** Available data follows **

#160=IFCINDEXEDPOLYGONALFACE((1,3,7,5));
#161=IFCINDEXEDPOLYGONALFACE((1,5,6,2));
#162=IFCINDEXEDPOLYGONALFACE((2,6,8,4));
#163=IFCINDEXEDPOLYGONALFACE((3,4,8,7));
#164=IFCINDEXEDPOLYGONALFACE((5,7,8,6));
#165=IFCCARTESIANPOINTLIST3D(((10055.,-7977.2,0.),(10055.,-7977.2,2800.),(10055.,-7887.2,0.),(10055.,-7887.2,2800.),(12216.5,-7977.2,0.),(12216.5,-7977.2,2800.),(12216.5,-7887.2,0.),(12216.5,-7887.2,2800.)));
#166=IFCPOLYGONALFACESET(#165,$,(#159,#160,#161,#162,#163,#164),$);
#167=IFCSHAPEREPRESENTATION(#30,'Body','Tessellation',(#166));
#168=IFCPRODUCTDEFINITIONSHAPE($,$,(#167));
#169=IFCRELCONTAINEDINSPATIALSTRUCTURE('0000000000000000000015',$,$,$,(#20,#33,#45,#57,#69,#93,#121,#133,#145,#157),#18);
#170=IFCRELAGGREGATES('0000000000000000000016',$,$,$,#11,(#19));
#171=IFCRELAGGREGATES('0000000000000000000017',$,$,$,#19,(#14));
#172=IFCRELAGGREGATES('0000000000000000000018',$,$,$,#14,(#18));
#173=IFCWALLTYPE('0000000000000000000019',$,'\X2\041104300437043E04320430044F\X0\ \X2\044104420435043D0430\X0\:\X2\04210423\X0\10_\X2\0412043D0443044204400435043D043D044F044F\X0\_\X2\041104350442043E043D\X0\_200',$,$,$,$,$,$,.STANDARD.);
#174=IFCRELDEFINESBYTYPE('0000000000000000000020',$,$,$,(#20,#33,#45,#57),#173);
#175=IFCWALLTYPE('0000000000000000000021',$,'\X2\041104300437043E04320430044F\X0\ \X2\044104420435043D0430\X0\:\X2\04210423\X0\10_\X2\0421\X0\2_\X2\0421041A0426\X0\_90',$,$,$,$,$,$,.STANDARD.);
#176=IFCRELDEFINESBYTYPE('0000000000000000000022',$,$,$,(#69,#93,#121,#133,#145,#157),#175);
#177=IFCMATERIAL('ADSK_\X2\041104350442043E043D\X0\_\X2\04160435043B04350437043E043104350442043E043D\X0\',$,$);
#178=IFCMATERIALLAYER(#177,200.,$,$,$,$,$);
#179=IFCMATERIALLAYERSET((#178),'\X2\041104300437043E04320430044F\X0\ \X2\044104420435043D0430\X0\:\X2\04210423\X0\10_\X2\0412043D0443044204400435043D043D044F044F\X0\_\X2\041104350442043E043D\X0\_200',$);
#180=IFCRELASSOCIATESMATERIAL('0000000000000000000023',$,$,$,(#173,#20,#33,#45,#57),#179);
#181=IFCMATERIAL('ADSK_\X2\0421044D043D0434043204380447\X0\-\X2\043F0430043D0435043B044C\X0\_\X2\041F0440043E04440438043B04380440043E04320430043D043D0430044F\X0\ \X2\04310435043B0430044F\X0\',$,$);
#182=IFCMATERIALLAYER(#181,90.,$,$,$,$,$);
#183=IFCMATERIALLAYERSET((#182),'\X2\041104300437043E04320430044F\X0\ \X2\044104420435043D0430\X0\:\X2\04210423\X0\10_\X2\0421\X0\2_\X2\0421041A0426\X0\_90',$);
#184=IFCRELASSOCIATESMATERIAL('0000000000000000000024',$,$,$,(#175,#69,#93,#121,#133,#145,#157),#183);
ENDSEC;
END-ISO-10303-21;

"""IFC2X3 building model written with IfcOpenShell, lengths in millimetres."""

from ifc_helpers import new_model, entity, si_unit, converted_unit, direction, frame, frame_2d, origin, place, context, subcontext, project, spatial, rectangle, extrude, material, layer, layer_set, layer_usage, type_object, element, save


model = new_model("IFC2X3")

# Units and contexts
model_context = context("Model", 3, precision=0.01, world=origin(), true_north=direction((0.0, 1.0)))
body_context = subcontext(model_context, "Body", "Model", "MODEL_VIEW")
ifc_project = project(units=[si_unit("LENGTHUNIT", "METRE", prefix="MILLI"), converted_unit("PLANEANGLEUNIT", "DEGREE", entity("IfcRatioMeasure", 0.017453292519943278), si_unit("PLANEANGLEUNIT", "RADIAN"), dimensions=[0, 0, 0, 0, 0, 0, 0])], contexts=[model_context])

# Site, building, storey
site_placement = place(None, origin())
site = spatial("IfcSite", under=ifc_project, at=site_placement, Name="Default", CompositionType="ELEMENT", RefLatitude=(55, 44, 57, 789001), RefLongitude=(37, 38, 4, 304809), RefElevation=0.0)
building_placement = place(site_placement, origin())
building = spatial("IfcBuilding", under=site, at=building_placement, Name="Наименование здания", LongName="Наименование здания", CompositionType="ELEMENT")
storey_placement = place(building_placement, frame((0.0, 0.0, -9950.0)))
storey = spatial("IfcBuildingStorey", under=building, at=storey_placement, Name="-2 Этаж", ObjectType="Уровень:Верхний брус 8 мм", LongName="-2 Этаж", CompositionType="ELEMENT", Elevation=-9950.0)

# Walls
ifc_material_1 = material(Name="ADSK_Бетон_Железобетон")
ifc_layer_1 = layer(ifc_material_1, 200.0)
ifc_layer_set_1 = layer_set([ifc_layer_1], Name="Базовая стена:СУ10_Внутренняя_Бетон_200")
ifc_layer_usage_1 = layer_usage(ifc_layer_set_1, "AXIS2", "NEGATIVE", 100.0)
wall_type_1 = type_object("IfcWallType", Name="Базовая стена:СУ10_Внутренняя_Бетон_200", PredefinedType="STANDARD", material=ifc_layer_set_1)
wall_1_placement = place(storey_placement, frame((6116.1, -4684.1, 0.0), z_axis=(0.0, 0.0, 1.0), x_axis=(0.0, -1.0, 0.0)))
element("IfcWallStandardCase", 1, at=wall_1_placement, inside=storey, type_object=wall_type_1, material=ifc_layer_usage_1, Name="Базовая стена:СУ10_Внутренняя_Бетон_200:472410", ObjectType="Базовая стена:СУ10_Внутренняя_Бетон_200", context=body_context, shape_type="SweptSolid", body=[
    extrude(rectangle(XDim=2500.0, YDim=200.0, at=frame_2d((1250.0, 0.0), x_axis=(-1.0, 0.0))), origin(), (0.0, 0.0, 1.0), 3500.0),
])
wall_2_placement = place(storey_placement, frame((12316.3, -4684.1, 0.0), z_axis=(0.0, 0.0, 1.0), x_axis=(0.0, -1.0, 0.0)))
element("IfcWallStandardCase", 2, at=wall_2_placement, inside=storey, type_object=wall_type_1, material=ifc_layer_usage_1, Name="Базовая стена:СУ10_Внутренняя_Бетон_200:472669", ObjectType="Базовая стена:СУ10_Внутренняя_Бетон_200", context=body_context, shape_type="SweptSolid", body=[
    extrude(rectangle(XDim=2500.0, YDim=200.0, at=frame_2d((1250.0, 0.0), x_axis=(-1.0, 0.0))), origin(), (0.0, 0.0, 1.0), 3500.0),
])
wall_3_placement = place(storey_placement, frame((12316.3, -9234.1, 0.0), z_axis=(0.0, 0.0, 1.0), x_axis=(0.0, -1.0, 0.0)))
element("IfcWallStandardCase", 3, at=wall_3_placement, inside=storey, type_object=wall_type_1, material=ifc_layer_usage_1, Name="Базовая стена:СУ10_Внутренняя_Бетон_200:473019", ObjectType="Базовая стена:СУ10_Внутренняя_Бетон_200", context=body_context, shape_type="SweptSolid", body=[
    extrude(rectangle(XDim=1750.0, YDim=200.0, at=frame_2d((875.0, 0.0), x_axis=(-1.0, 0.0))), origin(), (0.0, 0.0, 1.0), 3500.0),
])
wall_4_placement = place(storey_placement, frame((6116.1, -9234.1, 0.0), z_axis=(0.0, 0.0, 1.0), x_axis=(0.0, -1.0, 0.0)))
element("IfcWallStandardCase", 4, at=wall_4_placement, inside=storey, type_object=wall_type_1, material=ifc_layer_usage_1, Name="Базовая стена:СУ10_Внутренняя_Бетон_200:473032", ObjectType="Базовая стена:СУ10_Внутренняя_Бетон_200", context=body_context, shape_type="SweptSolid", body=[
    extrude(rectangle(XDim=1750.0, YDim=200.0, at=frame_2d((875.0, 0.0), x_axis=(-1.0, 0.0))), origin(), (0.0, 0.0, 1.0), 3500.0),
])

** End of Available data **

:: Task instructions ::
An exact copy of the lines above between the line holding "#178=IFCMATERIALLAYER(#177,200.,$,$,$,$,$);" and the line holding "site_placement = place(None, origin())", inclusive, is the whole answer.

:: Answer section ::
#178=IFCMATERIALLAYER(#177,200.,$,$,$,$,$);
#179=IFCMATERIALLAYERSET((#178),'\X2\041104300437043E04320430044F\X0\ \X2\044104420435043D0430\X0\:\X2\04210423\X0\10_\X2\0412043D0443044204400435043D043D044F044F\X0\_\X2\041104350442043E043D\X0\_200',$);
#180=IFCRELASSOCIATESMATERIAL('0000000000000000000023',$,$,$,(#173,#20,#33,#45,#57),#179);
#181=IFCMATERIAL('ADSK_\X2\0421044D043D0434043204380447\X0\-\X2\043F0430043D0435043B044C\X0\_\X2\041F0440043E04440438043B04380440043E04320430043D043D0430044F\X0\ \X2\04310435043B0430044F\X0\',$,$);
#182=IFCMATERIALLAYER(#181,90.,$,$,$,$,$);
#183=IFCMATERIALLAYERSET((#182),'\X2\041104300437043E04320430044F\X0\ \X2\044104420435043D0430\X0\:\X2\04210423\X0\10_\X2\0421\X0\2_\X2\0421041A0426\X0\_90',$);
#184=IFCRELASSOCIATESMATERIAL('0000000000000000000024',$,$,$,(#175,#69,#93,#121,#133,#145,#157),#183);
ENDSEC;
END-ISO-10303-21;

"""IFC2X3 building model written with IfcOpenShell, lengths in millimetres."""

from ifc_helpers import new_model, entity, si_unit, converted_unit, direction, frame, frame_2d, origin, place, context, subcontext, project, spatial, rectangle, extrude, material, layer, layer_set, layer_usage, type_object, element, save


model = new_model("IFC2X3")

# Units and contexts
model_context = context("Model", 3, precision=0.01, world=origin(), true_north=direction((0.0, 1.0)))
body_context = subcontext(model_context, "Body", "Model", "MODEL_VIEW")
ifc_project = project(units=[si_unit("LENGTHUNIT", "METRE", prefix="MILLI"), converted_unit("PLANEANGLEUNIT", "DEGREE", entity("IfcRatioMeasure", 0.017453292519943278), si_unit("PLANEANGLEUNIT", "RADIAN"), dimensions=[0, 0, 0, 0, 0, 0, 0])], contexts=[model_context])

# Site, building, storey
site_placement = place(None, origin())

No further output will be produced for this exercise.